#### [YOUR OBJECTIVE]
Copy all lines in the data that contain the string "more".

#### [Saved entries]

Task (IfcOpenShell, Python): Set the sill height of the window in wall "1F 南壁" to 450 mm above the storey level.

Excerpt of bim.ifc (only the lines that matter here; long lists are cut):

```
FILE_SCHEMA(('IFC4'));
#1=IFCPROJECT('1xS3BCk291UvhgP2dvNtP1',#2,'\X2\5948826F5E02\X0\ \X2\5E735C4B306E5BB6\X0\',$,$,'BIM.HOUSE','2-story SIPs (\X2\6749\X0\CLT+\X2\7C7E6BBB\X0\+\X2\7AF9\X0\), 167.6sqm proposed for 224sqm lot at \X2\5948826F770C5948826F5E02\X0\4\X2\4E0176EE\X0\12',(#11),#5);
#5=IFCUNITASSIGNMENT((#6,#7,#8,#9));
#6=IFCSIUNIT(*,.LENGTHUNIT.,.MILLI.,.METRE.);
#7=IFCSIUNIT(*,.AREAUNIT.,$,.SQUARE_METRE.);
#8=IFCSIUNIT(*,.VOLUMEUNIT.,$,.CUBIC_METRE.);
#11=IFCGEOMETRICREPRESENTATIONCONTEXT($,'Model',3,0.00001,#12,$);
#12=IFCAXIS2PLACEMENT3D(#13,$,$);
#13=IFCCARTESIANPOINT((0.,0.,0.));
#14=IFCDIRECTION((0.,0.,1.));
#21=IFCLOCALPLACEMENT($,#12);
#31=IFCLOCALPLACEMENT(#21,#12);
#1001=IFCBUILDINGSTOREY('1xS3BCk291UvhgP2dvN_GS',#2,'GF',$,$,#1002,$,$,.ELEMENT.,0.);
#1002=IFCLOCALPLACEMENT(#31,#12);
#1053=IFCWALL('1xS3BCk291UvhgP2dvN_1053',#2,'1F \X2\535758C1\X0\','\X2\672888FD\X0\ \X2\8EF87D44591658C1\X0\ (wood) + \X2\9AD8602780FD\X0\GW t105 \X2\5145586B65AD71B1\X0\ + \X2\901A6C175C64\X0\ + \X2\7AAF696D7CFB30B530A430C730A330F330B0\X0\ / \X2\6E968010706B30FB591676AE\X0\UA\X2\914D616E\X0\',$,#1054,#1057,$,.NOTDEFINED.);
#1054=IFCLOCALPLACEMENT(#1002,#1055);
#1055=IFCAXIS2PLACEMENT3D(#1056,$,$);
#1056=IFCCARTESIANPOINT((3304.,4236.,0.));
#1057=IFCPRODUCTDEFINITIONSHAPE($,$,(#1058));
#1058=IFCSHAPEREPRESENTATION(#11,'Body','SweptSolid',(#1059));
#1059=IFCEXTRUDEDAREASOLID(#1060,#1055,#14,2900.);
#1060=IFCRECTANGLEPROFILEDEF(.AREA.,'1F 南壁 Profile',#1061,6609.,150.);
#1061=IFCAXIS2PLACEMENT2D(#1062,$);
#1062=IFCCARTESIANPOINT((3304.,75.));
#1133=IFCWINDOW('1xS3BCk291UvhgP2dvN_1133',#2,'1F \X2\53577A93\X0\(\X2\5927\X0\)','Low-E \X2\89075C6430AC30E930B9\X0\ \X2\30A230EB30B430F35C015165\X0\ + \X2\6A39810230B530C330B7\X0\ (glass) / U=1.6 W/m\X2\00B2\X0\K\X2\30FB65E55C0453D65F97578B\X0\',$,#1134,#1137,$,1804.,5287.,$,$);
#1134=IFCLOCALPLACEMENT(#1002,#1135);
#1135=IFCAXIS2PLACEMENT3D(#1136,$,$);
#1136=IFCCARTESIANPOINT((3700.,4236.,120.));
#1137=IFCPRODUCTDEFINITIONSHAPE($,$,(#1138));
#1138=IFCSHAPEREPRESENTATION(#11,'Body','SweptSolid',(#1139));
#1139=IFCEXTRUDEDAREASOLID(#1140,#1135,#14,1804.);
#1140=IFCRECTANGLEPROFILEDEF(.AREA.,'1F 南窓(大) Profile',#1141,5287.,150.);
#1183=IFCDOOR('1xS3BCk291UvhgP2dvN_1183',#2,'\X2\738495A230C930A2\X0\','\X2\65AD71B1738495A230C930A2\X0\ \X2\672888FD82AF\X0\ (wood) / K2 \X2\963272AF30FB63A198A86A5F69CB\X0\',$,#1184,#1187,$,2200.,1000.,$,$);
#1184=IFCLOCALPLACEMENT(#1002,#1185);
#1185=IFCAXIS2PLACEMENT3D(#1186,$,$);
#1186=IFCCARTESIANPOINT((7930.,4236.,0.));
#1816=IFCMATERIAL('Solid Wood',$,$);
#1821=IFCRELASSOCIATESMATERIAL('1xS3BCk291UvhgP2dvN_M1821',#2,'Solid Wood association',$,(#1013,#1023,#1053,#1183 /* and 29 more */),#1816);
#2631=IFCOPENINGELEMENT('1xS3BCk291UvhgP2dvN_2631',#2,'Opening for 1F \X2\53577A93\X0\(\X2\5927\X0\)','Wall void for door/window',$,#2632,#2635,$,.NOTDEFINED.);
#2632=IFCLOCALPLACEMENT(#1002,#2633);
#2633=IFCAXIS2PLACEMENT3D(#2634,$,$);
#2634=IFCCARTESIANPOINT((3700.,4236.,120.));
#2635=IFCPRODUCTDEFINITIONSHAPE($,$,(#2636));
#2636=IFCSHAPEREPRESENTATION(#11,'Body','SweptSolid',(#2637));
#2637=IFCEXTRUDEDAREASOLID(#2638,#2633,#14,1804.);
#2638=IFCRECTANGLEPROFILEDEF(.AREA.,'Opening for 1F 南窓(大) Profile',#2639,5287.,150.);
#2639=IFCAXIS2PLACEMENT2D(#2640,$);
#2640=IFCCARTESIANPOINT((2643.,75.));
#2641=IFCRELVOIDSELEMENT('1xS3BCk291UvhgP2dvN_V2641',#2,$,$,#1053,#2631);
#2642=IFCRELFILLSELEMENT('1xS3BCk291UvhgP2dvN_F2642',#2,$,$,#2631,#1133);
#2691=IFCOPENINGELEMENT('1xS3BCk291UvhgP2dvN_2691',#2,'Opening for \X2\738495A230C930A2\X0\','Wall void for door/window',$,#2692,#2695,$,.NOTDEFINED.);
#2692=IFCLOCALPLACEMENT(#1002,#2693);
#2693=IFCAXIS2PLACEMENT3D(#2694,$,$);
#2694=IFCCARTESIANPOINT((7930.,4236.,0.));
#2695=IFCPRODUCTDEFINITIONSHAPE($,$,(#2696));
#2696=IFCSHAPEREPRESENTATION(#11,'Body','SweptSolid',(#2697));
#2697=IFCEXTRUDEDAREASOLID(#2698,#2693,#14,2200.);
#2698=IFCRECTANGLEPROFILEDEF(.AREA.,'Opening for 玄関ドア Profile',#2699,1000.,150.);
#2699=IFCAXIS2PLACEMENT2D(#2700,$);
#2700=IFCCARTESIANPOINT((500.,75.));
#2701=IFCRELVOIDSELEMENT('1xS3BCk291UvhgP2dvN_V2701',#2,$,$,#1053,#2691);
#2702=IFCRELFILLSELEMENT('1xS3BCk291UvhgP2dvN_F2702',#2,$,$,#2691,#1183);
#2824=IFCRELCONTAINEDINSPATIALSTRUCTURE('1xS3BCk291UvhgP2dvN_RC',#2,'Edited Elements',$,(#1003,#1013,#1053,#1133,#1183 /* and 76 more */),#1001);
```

```python
import numpy as np
import ifcopenshell
import ifcopenshell.api.geometry
import ifcopenshell.geom
import ifcopenshell.util.element
import ifcopenshell.util.placement
import ifcopenshell.util.shape
import ifcopenshell.util.unit

model = ifcopenshell.open("bim.ifc")
unit_scale = ifcopenshell.util.unit.calculate_unit_scale(model)

window = model.by_id(1133)
opening = window.FillsVoids[0].RelatingOpeningElement
storey = ifcopenshell.util.element.get_container(window, ifc_class="IfcBuildingStorey")
level = ifcopenshell.util.placement.get_local_placement(storey.ObjectPlacement)[2, 3]

# The opening's origin need not be at the sill, so measure its lowest point.
shape = ifcopenshell.geom.create_shape(ifcopenshell.geom.settings(), opening)
bottom = ifcopenshell.util.shape.get_shape_bottom_elevation(shape, shape.geometry) / unit_scale
dz = level + 0.45 / unit_scale - bottom

shift = np.array([0.0, 0.0, dz])
# The window is not placed relative to its opening, so move both.
for product in (opening, window):
    matrix = ifcopenshell.util.placement.get_local_placement(product.ObjectPlacement)
    matrix[:3, 3] += shift
    ifcopenshell.api.geometry.edit_object_placement(model, product=product, matrix=matrix, is_si=False)

print(f"moved by {dz * unit_scale:+.3f} m")

model.write("bim_rev.ifc")
```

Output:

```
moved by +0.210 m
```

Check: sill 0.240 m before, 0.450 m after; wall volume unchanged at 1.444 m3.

#### [SOLUTION TO THIS PROBLEM]
#1821=IFCRELASSOCIATESMATERIAL('1xS3BCk291UvhgP2dvN_M1821',#2,'Solid Wood association',$,(#1013,#1023,#1053,#1183 /* and 29 more */),#1816);
#2824=IFCRELCONTAINEDINSPATIALSTRUCTURE('1xS3BCk291UvhgP2dvN_RC',#2,'Edited Elements',$,(#1003,#1013,#1053,#1133,#1183 /* and 76 more */),#1001);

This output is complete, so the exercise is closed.